■ Assignment
Please give the count of lines in the listing underneath that hold "IFCPRODUCTDEFINITIONSHAPE", leaving out everything else.

■ Data extracts
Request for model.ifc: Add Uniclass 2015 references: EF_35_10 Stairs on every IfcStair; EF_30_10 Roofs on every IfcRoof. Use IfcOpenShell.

First a look at what the model holds.

```python
import ifcopenshell

model = ifcopenshell.open("model.ifc")
print(model.schema)
print("classifications:", [c.Name for c in model.by_type("IfcClassification")])
for ifc_class in ("IfcDoor", "IfcRoof", "IfcStair", "IfcWall", "IfcWindow"):
    print(ifc_class, len(model.by_type(ifc_class)))
```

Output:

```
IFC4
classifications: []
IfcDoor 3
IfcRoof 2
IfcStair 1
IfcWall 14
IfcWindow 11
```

```python
import ifcopenshell
import ifcopenshell.api.classification

model = ifcopenshell.open("model.ifc")

system = ifcopenshell.api.classification.add_classification(model, classification="Uniclass 2015")

codes = {
    "IfcStair": ("EF_35_10", "Stairs"),
    "IfcRoof": ("EF_30_10", "Roofs"),
}
for ifc_class, (code, name) in codes.items():
    products = model.by_type(ifc_class)
    ifcopenshell.api.classification.add_reference(
        model, products=products, classification=system, identification=code, name=name
    )
    print(code, len(products))

model.write("model-out.ifc")
```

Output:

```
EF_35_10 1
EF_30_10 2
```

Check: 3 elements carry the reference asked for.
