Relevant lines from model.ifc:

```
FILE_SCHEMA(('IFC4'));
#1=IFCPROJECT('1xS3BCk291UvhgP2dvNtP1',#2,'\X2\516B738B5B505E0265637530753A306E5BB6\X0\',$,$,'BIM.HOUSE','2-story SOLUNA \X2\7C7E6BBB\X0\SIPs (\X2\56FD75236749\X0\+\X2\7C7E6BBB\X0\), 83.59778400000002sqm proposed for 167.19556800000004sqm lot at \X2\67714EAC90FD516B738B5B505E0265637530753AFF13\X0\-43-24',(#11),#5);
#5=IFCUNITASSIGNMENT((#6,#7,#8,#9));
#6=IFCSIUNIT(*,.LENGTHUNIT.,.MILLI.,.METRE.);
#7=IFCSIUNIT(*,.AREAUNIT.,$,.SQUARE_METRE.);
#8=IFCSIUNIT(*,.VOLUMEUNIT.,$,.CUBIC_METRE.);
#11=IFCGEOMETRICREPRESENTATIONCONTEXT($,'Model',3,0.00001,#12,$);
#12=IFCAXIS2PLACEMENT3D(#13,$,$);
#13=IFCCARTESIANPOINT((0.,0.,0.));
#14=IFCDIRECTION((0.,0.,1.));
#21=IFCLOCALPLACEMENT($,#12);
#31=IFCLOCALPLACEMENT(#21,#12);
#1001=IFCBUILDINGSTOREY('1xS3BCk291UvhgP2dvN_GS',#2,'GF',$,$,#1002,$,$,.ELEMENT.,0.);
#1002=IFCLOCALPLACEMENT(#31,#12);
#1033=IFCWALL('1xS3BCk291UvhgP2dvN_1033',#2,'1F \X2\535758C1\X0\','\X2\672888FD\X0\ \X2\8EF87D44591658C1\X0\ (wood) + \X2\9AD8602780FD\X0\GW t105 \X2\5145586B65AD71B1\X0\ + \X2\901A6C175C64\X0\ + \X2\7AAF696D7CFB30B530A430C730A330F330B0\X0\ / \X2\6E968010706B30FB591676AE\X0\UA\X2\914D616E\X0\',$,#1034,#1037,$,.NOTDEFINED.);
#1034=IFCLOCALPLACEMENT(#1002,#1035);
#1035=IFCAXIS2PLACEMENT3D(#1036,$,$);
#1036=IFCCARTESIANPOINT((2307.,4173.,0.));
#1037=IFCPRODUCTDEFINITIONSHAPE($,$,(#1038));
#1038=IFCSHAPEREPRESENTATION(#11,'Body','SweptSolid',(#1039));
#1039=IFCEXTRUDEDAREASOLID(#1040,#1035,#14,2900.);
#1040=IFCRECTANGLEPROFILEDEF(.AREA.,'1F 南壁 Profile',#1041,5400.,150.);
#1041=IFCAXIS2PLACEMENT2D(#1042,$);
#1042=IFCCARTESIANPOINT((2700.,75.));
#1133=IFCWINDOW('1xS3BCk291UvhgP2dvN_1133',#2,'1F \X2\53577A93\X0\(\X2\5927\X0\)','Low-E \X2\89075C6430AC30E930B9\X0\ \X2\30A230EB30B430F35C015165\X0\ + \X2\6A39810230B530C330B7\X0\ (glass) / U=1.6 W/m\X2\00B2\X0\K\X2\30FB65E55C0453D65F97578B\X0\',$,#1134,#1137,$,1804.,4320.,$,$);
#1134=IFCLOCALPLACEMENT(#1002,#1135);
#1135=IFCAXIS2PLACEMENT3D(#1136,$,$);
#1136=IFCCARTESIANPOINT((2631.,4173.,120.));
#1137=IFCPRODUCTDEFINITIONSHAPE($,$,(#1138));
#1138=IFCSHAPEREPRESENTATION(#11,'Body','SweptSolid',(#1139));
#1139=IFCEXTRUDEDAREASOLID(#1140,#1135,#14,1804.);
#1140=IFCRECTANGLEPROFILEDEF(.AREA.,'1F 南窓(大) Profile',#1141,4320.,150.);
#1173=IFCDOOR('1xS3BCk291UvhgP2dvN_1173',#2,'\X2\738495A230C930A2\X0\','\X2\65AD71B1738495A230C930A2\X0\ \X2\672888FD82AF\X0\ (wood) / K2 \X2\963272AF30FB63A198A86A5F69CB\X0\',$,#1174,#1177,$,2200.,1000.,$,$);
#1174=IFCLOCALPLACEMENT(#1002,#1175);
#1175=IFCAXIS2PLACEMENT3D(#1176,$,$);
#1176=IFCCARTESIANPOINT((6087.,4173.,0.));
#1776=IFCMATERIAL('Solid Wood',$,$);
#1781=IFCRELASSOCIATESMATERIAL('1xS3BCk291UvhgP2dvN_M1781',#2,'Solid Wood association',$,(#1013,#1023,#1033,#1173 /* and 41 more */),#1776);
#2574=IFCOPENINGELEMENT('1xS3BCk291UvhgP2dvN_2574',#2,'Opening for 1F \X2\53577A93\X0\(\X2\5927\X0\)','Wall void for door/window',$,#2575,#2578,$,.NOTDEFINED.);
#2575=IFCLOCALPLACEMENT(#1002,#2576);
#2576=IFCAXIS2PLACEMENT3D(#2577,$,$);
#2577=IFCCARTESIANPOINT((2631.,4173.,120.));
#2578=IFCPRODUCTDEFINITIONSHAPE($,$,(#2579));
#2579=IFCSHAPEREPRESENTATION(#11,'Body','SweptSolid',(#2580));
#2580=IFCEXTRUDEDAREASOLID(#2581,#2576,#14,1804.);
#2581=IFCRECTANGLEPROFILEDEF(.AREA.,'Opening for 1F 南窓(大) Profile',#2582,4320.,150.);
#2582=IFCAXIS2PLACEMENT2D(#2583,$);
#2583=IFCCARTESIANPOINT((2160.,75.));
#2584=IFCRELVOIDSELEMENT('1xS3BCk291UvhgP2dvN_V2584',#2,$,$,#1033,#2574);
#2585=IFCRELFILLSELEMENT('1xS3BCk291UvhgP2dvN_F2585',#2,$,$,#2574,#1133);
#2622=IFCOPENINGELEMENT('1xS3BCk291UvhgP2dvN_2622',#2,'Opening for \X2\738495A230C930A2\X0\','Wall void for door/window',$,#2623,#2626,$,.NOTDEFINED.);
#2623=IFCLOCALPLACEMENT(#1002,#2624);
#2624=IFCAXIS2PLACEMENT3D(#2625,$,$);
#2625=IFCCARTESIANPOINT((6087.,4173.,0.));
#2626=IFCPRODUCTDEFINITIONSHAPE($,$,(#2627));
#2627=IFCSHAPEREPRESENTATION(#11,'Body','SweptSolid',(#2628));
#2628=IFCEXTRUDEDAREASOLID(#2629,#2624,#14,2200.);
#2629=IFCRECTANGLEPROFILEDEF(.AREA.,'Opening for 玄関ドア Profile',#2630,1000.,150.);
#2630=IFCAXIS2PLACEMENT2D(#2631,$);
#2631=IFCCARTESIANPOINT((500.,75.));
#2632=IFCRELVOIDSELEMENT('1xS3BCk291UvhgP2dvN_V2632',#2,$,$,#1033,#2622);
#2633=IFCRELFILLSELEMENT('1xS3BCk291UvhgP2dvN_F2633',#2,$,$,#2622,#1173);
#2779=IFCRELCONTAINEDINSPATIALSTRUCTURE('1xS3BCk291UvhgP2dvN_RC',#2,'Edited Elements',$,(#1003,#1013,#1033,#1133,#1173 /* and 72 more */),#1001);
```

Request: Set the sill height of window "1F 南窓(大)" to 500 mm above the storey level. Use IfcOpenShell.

```python
import numpy as np
import ifcopenshell
import ifcopenshell.api.geometry
import ifcopenshell.geom
import ifcopenshell.util.element
import ifcopenshell.util.placement
import ifcopenshell.util.shape
import ifcopenshell.util.unit

model = ifcopenshell.open("model.ifc")
unit_scale = ifcopenshell.util.unit.calculate_unit_scale(model)

window = model.by_guid("1xS3BCk291UvhgP2dvN_1133")
opening = window.FillsVoids[0].RelatingOpeningElement
storey = ifcopenshell.util.element.get_container(window, ifc_class="IfcBuildingStorey")
level = ifcopenshell.util.placement.get_local_placement(storey.ObjectPlacement)[2, 3]

# The opening's origin need not be at the sill, so measure its lowest point.
shape = ifcopenshell.geom.create_shape(ifcopenshell.geom.settings(), opening)
bottom = ifcopenshell.util.shape.get_shape_bottom_elevation(shape, shape.geometry) / unit_scale
dz = level + 500.0 - bottom

shift = np.array([0.0, 0.0, dz])
# The window is not placed relative to its opening, so move both.
for product in (opening, window):
    matrix = ifcopenshell.util.placement.get_local_placement(product.ObjectPlacement)
    matrix[:3, 3] += shift
    ifcopenshell.api.geometry.edit_object_placement(model, product=product, matrix=matrix, is_si=False)

print(f"moved by {dz * unit_scale:+.3f} m")

model.write("model-out.ifc")
```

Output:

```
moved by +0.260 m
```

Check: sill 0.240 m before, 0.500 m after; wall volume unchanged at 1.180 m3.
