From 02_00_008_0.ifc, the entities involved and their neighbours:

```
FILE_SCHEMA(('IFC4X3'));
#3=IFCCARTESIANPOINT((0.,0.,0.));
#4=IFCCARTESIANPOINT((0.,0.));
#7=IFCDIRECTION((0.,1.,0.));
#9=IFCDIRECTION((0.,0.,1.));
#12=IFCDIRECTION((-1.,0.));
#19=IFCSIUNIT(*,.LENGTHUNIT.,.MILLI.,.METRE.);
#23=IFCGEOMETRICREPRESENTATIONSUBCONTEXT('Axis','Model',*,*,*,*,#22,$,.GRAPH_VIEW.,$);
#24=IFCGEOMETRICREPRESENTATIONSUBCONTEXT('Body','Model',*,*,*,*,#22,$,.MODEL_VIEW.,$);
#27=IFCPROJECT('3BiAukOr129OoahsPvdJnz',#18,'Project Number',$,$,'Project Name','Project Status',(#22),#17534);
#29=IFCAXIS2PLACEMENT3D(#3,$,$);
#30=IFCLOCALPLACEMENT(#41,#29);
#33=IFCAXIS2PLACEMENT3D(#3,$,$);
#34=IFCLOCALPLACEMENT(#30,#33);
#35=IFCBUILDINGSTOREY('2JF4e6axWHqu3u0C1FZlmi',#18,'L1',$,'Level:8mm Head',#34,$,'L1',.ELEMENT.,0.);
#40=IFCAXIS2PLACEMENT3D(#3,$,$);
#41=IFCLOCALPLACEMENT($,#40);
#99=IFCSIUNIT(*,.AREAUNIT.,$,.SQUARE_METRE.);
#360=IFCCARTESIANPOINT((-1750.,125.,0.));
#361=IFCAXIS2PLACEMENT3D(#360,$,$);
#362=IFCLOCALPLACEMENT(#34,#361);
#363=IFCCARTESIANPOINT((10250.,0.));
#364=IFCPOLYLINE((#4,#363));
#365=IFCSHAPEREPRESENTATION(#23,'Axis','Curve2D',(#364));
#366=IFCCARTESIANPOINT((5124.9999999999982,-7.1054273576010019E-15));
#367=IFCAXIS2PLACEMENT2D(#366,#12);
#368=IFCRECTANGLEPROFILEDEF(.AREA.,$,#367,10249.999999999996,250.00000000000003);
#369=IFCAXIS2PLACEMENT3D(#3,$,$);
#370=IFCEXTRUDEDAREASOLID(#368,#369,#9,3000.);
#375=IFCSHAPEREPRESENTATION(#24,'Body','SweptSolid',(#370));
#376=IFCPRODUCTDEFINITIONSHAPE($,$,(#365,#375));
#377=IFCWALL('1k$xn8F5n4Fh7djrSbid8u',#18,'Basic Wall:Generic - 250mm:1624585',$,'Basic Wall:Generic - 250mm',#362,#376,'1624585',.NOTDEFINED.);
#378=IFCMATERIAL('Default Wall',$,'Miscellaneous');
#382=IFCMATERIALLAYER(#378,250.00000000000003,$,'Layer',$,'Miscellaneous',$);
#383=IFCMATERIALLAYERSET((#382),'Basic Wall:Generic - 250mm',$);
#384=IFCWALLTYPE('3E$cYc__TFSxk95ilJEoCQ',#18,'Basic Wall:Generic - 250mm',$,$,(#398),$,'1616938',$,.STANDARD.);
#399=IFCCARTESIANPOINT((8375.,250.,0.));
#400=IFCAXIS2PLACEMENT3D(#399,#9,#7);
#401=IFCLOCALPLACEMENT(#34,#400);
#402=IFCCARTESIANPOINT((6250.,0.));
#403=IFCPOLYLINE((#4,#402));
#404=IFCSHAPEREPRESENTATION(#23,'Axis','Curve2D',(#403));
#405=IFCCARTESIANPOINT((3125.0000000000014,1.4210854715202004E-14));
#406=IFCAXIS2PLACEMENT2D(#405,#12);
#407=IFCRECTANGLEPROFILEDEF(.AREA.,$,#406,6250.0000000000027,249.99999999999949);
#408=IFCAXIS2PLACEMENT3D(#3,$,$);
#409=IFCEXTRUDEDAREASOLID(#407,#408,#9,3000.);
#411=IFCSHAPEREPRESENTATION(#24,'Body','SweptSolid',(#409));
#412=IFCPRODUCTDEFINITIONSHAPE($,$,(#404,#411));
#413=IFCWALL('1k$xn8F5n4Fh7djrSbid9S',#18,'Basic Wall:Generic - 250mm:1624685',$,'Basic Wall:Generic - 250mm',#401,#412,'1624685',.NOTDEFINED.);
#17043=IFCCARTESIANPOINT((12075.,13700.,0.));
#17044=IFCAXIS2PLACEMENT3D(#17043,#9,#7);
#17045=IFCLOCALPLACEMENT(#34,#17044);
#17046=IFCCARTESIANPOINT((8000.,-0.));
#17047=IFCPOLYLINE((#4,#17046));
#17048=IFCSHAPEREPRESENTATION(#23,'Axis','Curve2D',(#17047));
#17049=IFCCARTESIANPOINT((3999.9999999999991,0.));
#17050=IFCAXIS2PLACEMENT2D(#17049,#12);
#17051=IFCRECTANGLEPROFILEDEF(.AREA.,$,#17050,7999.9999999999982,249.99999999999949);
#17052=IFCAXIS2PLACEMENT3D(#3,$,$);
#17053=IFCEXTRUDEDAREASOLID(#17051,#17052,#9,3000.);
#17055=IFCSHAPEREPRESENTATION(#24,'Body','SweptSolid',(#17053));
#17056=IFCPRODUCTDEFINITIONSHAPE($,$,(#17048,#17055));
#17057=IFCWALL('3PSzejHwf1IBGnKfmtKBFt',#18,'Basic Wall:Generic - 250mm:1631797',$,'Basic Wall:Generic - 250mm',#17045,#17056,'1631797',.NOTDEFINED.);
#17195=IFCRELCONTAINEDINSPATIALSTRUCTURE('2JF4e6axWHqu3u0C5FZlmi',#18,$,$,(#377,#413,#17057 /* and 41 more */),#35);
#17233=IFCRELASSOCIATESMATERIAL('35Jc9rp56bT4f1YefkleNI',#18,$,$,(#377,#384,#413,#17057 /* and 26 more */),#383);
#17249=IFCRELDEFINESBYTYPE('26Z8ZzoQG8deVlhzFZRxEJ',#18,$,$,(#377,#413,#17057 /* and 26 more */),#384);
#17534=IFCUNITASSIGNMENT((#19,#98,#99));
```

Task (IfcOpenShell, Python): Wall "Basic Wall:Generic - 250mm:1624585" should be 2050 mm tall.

```python
import ifcopenshell
import ifcopenshell.geom
import ifcopenshell.util.representation
import ifcopenshell.util.shape

model = ifcopenshell.open("02_00_008_0.ifc")
settings = ifcopenshell.geom.settings()


def volume(element):
    """Net volume in cubic metres, openings subtracted."""
    shape = ifcopenshell.geom.create_shape(settings, element)
    return ifcopenshell.util.shape.get_volume(shape.geometry)


wall = model.by_guid("1k$xn8F5n4Fh7djrSbid8u")
before = volume(wall)

body = ifcopenshell.util.representation.get_representation(wall, "Model", "Body")
solid = body.Items[0]
old_height = solid.Depth
solid.Depth = 2050.0
after = volume(wall)

print(f"height {old_height:g} -> {solid.Depth:g}, volume {before:.3f} -> {after:.3f} m3")

model.write("02_00_008_0_v2.ifc")
```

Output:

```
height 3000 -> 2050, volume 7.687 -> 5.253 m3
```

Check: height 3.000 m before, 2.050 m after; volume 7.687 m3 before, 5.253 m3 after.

■ Exercise solution
7